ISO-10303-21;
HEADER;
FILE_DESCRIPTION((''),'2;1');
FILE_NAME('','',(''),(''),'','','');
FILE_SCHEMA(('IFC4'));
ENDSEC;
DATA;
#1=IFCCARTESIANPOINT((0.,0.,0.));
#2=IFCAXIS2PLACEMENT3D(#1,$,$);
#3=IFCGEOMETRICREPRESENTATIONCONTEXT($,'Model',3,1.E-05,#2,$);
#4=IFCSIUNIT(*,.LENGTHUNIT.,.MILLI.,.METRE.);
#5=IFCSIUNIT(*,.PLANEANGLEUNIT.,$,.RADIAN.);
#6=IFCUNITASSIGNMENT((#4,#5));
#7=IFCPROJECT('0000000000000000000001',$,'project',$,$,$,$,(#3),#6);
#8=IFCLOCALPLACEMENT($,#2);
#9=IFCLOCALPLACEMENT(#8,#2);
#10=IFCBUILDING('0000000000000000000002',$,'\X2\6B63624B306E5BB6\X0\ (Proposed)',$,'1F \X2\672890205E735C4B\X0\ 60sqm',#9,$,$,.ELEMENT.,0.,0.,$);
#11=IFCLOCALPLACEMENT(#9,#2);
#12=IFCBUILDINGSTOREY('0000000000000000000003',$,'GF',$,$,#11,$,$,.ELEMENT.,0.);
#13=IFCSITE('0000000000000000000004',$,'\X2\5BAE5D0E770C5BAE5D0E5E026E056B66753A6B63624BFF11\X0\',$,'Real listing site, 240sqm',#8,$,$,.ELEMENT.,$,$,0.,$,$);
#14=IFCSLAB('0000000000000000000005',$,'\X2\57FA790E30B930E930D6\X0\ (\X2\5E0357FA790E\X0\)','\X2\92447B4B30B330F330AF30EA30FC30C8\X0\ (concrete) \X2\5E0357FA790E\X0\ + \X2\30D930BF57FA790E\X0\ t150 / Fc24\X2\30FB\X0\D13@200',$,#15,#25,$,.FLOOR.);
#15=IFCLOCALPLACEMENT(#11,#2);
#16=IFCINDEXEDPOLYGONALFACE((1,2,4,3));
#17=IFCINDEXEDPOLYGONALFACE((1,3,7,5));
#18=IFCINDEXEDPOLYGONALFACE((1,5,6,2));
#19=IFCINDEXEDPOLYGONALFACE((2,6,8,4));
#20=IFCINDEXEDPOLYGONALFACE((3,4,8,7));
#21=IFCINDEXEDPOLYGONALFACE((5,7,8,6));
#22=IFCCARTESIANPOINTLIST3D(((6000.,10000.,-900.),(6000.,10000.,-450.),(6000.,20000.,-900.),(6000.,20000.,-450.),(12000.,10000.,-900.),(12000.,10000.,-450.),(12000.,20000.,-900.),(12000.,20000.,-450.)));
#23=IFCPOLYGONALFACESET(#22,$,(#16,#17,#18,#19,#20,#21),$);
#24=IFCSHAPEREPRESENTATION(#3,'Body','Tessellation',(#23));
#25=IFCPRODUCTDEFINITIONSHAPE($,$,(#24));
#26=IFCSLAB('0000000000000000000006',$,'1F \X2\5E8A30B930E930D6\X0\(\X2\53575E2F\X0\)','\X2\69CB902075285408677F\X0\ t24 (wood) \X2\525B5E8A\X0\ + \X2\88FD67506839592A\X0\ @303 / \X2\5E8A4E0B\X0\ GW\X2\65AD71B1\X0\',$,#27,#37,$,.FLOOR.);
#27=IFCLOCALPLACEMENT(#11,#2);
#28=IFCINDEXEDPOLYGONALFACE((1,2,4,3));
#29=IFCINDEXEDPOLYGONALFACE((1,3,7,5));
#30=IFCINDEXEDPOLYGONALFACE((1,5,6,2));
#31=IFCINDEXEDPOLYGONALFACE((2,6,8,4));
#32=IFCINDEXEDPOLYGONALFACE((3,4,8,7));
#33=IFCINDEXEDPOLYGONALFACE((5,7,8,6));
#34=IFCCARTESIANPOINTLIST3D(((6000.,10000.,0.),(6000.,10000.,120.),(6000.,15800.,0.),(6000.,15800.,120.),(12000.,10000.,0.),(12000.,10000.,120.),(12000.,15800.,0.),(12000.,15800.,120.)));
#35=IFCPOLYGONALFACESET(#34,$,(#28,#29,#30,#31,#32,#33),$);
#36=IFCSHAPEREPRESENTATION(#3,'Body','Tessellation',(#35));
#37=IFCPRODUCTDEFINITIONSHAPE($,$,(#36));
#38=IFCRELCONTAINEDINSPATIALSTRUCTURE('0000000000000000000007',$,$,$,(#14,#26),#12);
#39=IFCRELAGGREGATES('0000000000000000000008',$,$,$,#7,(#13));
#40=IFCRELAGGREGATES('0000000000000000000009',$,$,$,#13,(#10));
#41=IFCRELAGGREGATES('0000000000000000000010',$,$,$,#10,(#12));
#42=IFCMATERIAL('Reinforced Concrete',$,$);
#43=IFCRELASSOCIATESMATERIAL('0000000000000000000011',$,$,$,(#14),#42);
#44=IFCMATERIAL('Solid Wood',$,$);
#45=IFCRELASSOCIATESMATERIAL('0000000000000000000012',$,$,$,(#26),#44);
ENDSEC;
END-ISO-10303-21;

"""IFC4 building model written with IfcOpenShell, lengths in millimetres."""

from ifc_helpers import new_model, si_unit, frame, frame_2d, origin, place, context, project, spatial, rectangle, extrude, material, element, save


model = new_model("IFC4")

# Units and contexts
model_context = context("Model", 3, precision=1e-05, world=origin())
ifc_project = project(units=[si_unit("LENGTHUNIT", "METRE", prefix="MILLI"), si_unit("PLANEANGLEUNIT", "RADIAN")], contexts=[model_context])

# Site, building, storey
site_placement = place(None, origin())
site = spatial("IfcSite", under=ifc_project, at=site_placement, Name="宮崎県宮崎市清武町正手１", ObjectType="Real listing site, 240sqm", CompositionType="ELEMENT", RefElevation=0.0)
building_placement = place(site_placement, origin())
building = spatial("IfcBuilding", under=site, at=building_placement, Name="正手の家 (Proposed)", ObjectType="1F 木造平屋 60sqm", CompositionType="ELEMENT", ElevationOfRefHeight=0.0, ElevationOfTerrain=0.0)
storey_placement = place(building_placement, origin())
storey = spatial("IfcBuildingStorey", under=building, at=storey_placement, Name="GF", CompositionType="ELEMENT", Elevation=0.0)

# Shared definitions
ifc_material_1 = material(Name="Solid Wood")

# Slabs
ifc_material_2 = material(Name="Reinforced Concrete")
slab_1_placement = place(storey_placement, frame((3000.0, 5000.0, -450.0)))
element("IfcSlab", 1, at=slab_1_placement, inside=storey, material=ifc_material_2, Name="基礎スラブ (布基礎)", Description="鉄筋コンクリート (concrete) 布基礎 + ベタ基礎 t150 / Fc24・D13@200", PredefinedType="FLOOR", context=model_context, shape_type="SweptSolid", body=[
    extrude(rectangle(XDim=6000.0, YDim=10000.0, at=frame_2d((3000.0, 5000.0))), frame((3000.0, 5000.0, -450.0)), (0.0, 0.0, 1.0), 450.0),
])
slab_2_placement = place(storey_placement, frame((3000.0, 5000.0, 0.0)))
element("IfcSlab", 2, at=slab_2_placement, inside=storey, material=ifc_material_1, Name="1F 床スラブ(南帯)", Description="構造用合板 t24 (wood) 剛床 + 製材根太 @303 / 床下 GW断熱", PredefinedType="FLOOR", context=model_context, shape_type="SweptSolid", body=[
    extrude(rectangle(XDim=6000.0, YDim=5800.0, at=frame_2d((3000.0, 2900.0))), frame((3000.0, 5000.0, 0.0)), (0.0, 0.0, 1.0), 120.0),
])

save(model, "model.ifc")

--

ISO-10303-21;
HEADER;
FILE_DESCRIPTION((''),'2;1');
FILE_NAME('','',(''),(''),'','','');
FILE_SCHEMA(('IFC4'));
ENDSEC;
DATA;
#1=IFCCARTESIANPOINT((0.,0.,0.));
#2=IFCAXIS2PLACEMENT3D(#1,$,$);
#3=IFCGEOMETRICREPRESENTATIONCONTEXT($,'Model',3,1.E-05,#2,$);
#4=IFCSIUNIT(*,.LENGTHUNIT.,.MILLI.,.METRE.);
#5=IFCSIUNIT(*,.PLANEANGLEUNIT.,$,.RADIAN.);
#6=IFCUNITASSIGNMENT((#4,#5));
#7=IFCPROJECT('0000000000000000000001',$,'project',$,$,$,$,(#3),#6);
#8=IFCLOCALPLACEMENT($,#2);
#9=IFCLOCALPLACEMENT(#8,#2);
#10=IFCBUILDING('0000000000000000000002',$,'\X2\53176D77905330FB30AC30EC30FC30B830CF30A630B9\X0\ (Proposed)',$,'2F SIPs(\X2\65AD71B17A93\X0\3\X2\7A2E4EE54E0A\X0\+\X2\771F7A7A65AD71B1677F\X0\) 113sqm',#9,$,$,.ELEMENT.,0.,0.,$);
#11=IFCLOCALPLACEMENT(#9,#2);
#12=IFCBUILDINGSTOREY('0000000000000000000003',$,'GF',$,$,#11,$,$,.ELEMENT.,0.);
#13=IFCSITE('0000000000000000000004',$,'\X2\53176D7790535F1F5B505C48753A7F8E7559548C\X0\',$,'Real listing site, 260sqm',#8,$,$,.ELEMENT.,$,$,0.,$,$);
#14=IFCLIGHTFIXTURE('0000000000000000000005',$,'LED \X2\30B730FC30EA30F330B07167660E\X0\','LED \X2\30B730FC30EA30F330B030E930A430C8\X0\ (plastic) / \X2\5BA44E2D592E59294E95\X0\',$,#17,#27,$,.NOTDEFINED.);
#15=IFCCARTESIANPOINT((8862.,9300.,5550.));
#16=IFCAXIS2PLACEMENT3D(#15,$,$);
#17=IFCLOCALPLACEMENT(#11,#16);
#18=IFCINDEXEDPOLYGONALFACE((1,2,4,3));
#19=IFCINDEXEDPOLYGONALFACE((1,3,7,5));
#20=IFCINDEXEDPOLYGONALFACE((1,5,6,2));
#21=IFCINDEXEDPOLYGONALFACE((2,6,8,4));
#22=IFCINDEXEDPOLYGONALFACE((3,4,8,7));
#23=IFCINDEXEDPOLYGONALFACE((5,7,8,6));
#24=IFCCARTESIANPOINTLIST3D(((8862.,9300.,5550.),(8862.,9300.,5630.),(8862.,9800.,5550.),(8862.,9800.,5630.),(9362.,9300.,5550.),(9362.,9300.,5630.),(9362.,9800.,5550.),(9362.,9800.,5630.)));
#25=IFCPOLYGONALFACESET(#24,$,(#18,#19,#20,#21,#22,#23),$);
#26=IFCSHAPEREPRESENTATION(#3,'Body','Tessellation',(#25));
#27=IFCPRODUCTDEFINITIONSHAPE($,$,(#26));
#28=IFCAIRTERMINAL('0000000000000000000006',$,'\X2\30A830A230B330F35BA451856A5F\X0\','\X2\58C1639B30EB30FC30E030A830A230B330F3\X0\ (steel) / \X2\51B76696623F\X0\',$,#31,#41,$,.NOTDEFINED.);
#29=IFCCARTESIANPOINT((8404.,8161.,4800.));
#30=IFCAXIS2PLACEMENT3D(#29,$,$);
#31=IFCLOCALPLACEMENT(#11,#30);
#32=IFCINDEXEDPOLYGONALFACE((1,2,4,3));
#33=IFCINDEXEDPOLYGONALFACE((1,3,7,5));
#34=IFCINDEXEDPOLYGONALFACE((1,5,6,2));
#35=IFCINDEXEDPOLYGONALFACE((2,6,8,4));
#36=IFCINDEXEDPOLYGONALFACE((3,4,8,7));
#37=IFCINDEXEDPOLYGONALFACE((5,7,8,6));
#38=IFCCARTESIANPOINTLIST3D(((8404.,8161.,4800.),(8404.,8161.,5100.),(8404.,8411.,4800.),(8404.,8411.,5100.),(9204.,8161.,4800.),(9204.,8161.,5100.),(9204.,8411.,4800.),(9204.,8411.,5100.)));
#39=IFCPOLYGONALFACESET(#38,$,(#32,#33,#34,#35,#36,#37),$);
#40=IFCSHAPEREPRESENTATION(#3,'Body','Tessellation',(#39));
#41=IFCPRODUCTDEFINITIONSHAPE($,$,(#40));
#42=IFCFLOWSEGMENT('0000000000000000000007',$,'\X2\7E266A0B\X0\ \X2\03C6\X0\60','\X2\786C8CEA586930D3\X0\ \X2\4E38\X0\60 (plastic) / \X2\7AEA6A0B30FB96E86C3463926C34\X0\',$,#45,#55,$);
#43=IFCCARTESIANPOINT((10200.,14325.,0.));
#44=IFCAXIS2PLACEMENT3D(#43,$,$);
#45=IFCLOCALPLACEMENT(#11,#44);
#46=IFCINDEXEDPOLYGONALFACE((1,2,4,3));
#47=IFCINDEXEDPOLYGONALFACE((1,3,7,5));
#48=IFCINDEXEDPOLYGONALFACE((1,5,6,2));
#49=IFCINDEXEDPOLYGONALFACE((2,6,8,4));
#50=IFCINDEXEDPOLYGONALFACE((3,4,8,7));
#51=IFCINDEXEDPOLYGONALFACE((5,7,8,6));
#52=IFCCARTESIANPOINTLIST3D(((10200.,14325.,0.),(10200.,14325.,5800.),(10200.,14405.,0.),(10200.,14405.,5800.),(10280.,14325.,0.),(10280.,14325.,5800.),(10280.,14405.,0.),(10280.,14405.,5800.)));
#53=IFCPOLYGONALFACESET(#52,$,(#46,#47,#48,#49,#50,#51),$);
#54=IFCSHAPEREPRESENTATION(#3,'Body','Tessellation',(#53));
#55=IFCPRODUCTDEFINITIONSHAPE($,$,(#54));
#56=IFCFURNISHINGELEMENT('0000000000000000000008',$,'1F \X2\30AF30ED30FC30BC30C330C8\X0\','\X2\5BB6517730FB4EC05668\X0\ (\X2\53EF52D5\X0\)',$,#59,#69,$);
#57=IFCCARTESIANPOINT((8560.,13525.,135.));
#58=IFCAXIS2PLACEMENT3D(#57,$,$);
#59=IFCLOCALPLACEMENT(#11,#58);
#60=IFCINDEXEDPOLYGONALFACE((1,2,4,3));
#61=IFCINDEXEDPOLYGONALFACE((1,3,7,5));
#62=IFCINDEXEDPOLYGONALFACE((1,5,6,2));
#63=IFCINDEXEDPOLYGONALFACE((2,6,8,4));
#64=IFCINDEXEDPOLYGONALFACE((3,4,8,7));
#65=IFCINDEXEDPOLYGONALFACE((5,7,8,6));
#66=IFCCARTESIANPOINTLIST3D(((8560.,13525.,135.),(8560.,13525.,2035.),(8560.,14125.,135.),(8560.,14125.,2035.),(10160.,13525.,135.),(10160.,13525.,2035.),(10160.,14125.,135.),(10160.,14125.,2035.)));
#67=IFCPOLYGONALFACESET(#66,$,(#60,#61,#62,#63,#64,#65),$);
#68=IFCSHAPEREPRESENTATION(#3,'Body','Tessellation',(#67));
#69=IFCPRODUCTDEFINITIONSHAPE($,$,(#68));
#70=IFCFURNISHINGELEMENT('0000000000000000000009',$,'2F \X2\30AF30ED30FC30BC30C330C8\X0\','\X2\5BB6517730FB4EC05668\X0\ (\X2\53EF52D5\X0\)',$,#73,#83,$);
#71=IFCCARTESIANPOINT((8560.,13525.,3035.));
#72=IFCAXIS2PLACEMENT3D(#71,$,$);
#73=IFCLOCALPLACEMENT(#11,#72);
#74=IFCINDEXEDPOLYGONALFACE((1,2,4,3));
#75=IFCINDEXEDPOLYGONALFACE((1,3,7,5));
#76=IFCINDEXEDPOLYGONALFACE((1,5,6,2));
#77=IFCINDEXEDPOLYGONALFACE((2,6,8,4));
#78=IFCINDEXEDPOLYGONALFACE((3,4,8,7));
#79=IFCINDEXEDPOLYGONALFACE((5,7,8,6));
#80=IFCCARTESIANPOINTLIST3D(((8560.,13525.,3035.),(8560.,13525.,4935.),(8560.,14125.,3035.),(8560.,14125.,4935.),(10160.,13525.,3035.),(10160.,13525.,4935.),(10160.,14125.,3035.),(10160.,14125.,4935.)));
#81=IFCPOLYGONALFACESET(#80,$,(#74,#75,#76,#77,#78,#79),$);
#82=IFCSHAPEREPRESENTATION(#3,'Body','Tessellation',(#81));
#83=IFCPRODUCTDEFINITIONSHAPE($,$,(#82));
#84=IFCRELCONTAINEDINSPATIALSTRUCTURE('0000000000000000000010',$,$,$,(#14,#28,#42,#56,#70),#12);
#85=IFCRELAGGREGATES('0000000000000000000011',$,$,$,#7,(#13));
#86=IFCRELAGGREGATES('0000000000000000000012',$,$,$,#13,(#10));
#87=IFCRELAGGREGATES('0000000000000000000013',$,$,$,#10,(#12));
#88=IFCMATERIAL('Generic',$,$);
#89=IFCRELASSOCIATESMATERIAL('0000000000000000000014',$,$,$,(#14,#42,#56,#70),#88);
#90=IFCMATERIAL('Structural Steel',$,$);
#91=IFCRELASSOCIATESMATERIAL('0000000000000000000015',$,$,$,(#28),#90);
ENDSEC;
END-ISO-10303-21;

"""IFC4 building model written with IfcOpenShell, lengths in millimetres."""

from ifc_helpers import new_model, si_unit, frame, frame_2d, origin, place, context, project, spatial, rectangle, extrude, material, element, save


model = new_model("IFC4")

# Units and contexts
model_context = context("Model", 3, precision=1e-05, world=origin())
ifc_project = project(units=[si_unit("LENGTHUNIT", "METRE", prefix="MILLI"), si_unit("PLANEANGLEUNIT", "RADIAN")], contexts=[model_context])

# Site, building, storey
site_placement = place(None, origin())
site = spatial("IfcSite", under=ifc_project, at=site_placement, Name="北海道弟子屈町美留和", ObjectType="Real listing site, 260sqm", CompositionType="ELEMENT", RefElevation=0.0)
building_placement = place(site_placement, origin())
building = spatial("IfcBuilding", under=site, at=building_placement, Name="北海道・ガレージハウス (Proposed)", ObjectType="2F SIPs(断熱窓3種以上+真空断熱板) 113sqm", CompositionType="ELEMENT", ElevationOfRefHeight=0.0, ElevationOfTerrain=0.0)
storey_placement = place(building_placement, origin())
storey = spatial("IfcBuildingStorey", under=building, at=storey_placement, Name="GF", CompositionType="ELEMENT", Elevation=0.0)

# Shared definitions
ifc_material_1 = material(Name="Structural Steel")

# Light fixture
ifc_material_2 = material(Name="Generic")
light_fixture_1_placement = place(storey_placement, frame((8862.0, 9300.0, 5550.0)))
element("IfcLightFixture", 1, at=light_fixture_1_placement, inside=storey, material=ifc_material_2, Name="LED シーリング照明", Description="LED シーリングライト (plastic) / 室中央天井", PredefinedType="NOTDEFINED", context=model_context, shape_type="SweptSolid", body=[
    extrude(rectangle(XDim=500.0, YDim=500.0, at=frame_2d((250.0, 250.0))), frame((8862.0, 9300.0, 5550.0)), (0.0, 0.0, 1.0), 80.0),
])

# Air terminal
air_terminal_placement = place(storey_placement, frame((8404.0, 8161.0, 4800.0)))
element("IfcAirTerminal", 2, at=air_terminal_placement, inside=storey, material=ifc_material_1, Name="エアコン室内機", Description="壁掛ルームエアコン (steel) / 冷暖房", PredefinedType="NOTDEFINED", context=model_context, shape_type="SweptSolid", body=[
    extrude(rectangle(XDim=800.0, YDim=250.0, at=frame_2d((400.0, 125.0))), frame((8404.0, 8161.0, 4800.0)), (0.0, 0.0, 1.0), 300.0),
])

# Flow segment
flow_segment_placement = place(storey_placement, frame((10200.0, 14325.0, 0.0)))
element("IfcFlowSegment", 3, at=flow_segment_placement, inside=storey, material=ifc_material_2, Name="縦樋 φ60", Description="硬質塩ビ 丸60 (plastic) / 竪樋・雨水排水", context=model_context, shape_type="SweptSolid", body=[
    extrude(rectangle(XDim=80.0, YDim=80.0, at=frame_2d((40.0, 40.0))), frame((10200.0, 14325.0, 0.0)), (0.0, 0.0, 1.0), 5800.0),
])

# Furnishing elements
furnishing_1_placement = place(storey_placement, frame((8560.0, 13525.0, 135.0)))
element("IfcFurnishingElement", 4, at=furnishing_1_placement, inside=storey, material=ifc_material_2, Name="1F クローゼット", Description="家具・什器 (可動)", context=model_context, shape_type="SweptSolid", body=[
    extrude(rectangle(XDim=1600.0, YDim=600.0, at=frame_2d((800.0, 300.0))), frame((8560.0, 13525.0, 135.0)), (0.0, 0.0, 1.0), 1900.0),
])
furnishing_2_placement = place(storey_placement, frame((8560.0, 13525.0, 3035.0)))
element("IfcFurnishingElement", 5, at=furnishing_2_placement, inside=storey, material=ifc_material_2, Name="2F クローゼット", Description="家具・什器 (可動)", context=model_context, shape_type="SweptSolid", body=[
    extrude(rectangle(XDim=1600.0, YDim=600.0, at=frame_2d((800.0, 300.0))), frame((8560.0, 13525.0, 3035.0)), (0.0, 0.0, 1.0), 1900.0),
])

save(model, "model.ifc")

Exercise objective: Your answer should consist only of the lines above between the line holding "#41=IFCPRODUCTDEFINITIONSHAPE($,$,(#40));" and the line holding "#51=IFCINDEXEDPOLYGONALFACE((5,7,8,6));", inclusive, each transcribed exactly.

Your response:
#41=IFCPRODUCTDEFINITIONSHAPE($,$,(#40));
#42=IFCFLOWSEGMENT('0000000000000000000007',$,'\X2\7E266A0B\X0\ \X2\03C6\X0\60','\X2\786C8CEA586930D3\X0\ \X2\4E38\X0\60 (plastic) / \X2\7AEA6A0B30FB96E86C3463926C34\X0\',$,#45,#55,$);
#43=IFCCARTESIANPOINT((10200.,14325.,0.));
#44=IFCAXIS2PLACEMENT3D(#43,$,$);
#45=IFCLOCALPLACEMENT(#11,#44);
#46=IFCINDEXEDPOLYGONALFACE((1,2,4,3));
#47=IFCINDEXEDPOLYGONALFACE((1,3,7,5));
#48=IFCINDEXEDPOLYGONALFACE((1,5,6,2));
#49=IFCINDEXEDPOLYGONALFACE((2,6,8,4));
#50=IFCINDEXEDPOLYGONALFACE((3,4,8,7));
#51=IFCINDEXEDPOLYGONALFACE((5,7,8,6));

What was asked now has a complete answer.